### EXERCISE GOAL:
From the entries below, copy each line in which the word "IFCPOLYLINE" occurs.
———
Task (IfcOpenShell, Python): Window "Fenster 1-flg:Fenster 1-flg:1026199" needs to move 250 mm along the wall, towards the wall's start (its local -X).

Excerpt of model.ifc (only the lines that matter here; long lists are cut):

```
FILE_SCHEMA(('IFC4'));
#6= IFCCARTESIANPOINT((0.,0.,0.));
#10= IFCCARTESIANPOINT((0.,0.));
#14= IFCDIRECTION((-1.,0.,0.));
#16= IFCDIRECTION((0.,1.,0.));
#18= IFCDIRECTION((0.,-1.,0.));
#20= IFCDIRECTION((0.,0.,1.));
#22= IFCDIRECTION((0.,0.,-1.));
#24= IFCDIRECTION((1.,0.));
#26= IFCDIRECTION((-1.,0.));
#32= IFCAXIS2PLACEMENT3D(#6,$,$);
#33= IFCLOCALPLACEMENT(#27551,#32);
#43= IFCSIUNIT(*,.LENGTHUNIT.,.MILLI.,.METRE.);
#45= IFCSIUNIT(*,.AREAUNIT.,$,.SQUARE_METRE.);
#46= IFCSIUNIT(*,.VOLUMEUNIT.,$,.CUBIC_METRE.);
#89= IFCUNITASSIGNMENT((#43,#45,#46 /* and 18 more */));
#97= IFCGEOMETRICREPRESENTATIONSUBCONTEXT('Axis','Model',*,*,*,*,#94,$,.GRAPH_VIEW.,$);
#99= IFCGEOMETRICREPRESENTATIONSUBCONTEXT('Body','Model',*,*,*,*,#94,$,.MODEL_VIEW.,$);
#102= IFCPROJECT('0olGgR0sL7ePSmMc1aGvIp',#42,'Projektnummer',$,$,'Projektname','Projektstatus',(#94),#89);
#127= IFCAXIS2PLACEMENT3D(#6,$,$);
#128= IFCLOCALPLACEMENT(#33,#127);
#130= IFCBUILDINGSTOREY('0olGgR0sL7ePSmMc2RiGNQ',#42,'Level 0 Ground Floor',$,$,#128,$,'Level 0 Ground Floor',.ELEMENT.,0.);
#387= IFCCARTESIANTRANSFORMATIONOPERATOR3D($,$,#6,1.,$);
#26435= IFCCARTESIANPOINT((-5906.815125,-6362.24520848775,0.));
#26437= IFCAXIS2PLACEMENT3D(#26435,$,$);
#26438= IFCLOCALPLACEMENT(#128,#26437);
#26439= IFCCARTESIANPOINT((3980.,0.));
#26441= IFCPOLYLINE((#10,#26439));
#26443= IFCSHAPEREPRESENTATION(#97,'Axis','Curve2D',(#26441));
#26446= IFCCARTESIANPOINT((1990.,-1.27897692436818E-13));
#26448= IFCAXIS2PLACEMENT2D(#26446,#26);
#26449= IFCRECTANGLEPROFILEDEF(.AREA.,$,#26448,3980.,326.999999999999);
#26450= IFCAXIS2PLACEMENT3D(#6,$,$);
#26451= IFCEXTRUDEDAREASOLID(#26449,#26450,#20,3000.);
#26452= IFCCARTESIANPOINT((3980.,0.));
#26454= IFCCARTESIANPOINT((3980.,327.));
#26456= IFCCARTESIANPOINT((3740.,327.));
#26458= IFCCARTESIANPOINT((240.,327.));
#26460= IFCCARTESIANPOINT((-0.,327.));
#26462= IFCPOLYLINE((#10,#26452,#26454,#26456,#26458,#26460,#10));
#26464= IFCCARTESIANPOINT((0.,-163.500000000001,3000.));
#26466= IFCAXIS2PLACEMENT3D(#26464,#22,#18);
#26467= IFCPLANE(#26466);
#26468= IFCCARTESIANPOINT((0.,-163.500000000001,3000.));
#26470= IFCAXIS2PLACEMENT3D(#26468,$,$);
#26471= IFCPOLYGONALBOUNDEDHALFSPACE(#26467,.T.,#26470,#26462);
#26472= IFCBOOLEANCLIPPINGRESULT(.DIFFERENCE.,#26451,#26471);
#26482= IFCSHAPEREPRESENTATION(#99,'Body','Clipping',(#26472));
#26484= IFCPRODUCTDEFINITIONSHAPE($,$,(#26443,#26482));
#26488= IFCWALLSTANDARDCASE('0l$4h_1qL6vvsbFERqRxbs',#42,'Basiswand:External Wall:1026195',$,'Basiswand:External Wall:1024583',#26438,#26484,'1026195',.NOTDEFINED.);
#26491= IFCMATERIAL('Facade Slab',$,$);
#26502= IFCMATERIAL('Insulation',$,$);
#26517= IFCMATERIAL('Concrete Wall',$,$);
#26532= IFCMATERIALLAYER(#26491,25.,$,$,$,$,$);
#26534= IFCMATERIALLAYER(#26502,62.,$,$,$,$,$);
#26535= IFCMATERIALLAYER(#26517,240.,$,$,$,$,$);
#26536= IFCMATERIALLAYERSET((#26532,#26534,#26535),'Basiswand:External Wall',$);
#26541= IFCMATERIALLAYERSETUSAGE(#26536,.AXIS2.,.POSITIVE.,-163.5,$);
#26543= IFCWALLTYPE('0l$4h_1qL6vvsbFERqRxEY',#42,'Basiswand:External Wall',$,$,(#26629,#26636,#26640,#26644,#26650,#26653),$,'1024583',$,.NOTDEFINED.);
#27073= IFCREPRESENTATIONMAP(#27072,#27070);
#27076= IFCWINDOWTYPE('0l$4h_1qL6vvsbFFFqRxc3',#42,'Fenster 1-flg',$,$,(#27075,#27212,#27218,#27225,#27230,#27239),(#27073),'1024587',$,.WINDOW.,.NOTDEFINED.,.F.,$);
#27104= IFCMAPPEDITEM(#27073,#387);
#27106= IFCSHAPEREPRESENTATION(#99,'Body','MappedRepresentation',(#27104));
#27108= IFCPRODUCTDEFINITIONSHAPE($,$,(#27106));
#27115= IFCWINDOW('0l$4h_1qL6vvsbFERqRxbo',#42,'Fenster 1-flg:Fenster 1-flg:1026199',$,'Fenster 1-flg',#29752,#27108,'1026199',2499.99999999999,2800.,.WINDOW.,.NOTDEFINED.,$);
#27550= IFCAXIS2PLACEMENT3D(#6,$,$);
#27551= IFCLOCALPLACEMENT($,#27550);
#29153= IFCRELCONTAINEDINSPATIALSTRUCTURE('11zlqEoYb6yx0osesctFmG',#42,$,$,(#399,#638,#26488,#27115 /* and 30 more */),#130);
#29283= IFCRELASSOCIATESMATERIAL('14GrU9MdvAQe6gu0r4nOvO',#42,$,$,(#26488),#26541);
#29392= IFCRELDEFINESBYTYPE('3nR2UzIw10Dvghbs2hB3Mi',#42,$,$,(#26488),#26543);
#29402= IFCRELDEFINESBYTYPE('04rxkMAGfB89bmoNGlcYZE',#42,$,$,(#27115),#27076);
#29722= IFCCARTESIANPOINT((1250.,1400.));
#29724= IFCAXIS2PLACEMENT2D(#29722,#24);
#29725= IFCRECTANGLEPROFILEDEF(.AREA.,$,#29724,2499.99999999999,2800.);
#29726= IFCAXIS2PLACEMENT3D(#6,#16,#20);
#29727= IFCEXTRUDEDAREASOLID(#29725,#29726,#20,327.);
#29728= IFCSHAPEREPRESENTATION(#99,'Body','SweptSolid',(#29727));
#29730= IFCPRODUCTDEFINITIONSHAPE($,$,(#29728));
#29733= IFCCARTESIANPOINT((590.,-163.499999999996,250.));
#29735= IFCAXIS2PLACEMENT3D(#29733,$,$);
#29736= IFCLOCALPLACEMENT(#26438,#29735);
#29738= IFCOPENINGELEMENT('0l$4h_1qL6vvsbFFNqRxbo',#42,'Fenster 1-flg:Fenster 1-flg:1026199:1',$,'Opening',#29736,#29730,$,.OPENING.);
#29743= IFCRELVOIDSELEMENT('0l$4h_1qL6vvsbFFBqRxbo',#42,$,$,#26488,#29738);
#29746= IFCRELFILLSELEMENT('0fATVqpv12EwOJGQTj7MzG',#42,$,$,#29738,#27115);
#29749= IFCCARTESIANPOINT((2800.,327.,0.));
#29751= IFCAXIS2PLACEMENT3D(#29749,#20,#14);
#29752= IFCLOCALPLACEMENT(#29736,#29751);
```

```python
import ifcopenshell
import ifcopenshell.api.geometry
import ifcopenshell.util.placement

model = ifcopenshell.open("model.ifc")

window = model.by_guid("0l$4h_1qL6vvsbFERqRxbo")
opening = window.FillsVoids[0].RelatingOpeningElement
wall = opening.VoidsElements[0].RelatingBuildingElement

wall_matrix = ifcopenshell.util.placement.get_local_placement(wall.ObjectPlacement)
shift = wall_matrix[:3, 0] * -250.0
before = ifcopenshell.util.placement.get_local_placement(window.ObjectPlacement)[:3, 3].copy()

# The window is placed relative to its opening, so it follows when the opening moves.
matrix = ifcopenshell.util.placement.get_local_placement(opening.ObjectPlacement)
matrix[:3, 3] += shift
ifcopenshell.api.geometry.edit_object_placement(
    model, product=opening, matrix=matrix, is_si=False, should_transform_children=True
)

after = ifcopenshell.util.placement.get_local_placement(window.ObjectPlacement)[:3, 3]
print("window moved by", (after - before).round(3) + 0.0)

model.write("model-out.ifc")
```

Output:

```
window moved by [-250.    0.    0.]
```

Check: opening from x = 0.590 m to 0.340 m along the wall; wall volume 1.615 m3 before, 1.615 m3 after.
———
### TASK RESPONSE:
#26441= IFCPOLYLINE((#10,#26439));
#26462= IFCPOLYLINE((#10,#26452,#26454,#26456,#26458,#26460,#10));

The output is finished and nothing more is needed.